Lake Chelan NRA is adjacent to the North Cascades National Park South Unit. There are no roads that lead into Lake Chelan NRA. The recreation area and Stehekin, a small town in the park with fewer than 100 permanent residents, are accessible only by floatplane or passenger ferry from the south end of Lake Chelan near the town of Chelan, Washington. The area can also be accessed by hiking trails through the Cascade Range during the summer months. During the summer, an off-road bus service operated by the NPS carries weary hikers to the town from the Pacific Crest Trail.

Visitors to Lake Chelan NRA can get general information about the area at the Golden West Visitor Center located near the ferry landing. The Buckner Homestead Historic District, Purple Point-Stehekin Ranger Station House, and the one-room Stehekin School are in the Lake Chelan NRA. They are all listed on the National Register of Historic Places.

The recreational areas most notable place of interest is Lake Chelan, which is one of the deepest lakes in the US reaching a 1,500-foot depth, and spans over 50 miles. The lake brings in thousands of visitors to do anything from fishing, boating, hiking, or even camping, and it is one of the few ways to get to the remote town of Stehekin.

== Stehekin ==
The area of Stehekin got its name from the Salish speaking people who lived there and named it the Salishan word for "the way through". Stehekin received its name because it acts like a passageway for both humans and animals alike to the northern Cascade Mountains region.

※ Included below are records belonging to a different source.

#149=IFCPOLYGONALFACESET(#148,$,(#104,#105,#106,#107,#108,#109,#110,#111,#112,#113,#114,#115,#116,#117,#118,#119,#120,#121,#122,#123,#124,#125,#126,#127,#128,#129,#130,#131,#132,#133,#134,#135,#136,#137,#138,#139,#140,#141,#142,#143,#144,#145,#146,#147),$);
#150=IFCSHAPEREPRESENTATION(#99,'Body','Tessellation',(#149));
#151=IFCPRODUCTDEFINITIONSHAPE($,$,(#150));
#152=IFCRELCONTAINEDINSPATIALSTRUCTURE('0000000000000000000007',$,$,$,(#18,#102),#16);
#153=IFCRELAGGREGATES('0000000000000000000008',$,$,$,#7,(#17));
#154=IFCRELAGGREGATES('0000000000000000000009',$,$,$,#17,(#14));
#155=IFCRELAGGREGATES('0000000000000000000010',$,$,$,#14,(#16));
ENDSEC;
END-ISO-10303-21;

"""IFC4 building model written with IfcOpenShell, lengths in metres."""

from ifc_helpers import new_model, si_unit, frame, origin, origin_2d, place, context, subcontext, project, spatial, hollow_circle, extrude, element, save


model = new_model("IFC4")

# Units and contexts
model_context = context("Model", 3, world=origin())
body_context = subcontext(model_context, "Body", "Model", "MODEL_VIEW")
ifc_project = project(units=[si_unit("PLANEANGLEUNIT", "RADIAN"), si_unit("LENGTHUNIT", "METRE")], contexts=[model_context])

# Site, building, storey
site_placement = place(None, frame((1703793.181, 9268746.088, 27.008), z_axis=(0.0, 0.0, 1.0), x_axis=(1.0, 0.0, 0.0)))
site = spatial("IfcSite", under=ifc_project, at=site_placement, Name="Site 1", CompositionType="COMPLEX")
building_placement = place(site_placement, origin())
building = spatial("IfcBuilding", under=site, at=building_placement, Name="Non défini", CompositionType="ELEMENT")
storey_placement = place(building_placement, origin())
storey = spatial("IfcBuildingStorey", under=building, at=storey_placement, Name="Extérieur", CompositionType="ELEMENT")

== Recreational emphasis ==
While zoning this area for recreational use, the National Park Service had to factor in the residents that lived here year-round. Because of this, instead of becoming a site of preservation, they decided to make the primary focus one of recreation in order to not disrupt the lives of the residents. Due to these permanent residents living in what is now part of a national recreation area, the National Park Service doesn't have full control over it like other national parks. The state of Washington kept its authority over the area, and the National Park Service has proprietary rather than exclusive jurisdiction.

Visitors can either camp in designated campgrounds or at dispersed sites more than half a mile away from any trails and one mile away for a campground.